Postby iambiguous » Tue May 11, 2021 5:03 pm

Philosophy of Religion
Chapter 6. The Problem of Evil
Section 4. Theodicy

Madden and Hare: Counter to John Hick

These two philosophers argue against the position of Hick. They claim that Hick commits three fallacies:

All or Nothing fallacy---but, there could be an intermediary position between being free and being robots (puppets)


Okay, but how is that then reconciled with those who claim that their own God is omniscient? It would seem [to me] to be the theological equivalent of peacegirl's free will/no free will frame of mind on her determinism thread.

It could be worse – but, it could be better


Better or worse than what? We'll need a context of course. And God knows what that might be.


Slippery slope (if the world were perfect, humans would need to be robots)...but, the existence of limits is possible (freedom within limits)


You know, whatever that means given a particular set of circumstances. Unless, of course, we really do live in a wholly determined universe. Then all of this terrible pain and suffering derived from a loving, just and merciful God is merely a manifestation of whatever nature compels me, you, all of us to think it is.
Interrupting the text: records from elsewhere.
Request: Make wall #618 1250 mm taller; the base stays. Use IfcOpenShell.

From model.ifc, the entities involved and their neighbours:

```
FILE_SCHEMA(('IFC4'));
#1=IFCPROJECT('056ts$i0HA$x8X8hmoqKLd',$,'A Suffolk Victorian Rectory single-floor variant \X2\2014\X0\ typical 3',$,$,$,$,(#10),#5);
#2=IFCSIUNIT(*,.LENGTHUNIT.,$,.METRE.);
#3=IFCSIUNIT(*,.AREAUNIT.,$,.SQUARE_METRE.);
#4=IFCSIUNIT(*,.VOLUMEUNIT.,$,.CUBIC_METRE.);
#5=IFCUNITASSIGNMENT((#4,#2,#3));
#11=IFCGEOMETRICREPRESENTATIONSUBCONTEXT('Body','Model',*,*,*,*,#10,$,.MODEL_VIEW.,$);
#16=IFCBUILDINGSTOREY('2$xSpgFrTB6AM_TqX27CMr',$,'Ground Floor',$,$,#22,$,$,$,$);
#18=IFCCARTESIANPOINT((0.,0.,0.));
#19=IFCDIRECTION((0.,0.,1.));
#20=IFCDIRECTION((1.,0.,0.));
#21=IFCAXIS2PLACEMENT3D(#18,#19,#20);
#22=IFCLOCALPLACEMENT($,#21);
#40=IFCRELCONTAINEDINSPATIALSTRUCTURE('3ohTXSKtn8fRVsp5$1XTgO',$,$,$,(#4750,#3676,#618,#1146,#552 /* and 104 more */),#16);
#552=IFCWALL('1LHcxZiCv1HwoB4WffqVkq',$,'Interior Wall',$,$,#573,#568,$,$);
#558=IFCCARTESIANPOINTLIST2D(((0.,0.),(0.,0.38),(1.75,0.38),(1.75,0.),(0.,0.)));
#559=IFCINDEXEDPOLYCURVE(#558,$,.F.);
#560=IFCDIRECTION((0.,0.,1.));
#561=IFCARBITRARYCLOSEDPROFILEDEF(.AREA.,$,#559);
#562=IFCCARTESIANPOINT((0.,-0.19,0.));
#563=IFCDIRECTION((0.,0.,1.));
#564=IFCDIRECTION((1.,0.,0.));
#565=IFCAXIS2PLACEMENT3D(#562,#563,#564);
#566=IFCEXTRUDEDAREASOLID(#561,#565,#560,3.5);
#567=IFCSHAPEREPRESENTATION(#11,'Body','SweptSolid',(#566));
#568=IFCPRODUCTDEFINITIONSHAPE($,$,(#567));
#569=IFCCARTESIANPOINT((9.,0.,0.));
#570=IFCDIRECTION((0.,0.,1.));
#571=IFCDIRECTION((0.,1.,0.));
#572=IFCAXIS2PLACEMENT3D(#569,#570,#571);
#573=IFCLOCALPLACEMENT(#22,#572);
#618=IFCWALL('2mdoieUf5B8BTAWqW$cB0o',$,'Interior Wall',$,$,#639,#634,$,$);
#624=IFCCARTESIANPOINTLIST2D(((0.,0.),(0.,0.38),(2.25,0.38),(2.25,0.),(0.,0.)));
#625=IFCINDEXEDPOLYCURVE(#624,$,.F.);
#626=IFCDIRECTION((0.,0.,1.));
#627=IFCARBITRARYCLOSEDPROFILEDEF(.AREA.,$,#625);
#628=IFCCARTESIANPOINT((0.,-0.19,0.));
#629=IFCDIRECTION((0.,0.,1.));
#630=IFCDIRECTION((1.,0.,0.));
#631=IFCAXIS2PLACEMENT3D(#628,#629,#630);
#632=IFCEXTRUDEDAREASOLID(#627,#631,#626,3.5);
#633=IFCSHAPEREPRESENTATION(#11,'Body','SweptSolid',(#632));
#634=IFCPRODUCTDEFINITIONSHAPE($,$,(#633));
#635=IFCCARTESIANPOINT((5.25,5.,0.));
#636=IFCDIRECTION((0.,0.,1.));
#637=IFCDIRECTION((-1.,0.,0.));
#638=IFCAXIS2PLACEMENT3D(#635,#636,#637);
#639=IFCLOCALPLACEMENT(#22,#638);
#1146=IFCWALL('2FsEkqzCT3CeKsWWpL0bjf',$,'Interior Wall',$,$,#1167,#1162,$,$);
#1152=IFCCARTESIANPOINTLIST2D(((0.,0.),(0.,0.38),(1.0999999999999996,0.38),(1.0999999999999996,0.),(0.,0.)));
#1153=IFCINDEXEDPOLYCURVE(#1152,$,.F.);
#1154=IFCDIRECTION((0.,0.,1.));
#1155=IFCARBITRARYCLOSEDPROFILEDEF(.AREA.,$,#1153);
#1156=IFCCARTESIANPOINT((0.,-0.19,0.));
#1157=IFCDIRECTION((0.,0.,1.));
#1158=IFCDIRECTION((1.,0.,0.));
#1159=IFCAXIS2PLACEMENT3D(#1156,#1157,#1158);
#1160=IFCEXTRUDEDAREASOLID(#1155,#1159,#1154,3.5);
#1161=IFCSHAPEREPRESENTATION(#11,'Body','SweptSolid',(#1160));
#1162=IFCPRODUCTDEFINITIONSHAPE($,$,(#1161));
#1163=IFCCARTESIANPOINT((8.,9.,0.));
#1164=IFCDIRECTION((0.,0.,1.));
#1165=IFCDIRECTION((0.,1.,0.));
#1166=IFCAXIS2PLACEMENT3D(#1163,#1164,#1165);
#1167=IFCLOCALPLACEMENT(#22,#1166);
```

```python
import ifcopenshell
import ifcopenshell.geom
import ifcopenshell.util.representation
import ifcopenshell.util.shape
import ifcopenshell.util.unit

model = ifcopenshell.open("model.ifc")
unit_scale = ifcopenshell.util.unit.calculate_unit_scale(model)
settings = ifcopenshell.geom.settings()


def volume(element):
    """Net volume in cubic metres, openings subtracted."""
    shape = ifcopenshell.geom.create_shape(settings, element)
    return ifcopenshell.util.shape.get_volume(shape.geometry)


wall = model.by_guid("2mdoieUf5B8BTAWqW$cB0o")
before = volume(wall)

body = ifcopenshell.util.representation.get_representation(wall, "Model", "Body")
solid = body.Items[0]
old_height = solid.Depth
solid.Depth += 1.25 / unit_scale
after = volume(wall)

print(f"height {old_height:g} -> {solid.Depth:g}, volume {before:.3f} -> {after:.3f} m3")

model.write("model_edited.ifc")
```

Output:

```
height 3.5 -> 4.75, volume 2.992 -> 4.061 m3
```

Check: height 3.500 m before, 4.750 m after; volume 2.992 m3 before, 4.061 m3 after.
They claim that it is possible that there could be a universe created by a deity that could have creatures of free will who do not choose evil. God could have chosen not to permit those humans to be conceived that god knew in advance of their conception would use their free will to choose and to do evil. The deity, God, might permit only those fetuses to develop that creator deity, God, knew in advance would lead to the birth and life of basically good person who would avoid choosing to do evil.


Here of course we are in sim world, dream world, Matrix world territory. Anything able to be "thought up" in our heads is possible to explain "evil"/evil merely by claiming something -- anything -- explains it. And not just the fantastic claims above. Here at ILP we've had any number members over the years who have offered us their own fantastic theological/philosophical assumptions/theories about every possible thing under the sun.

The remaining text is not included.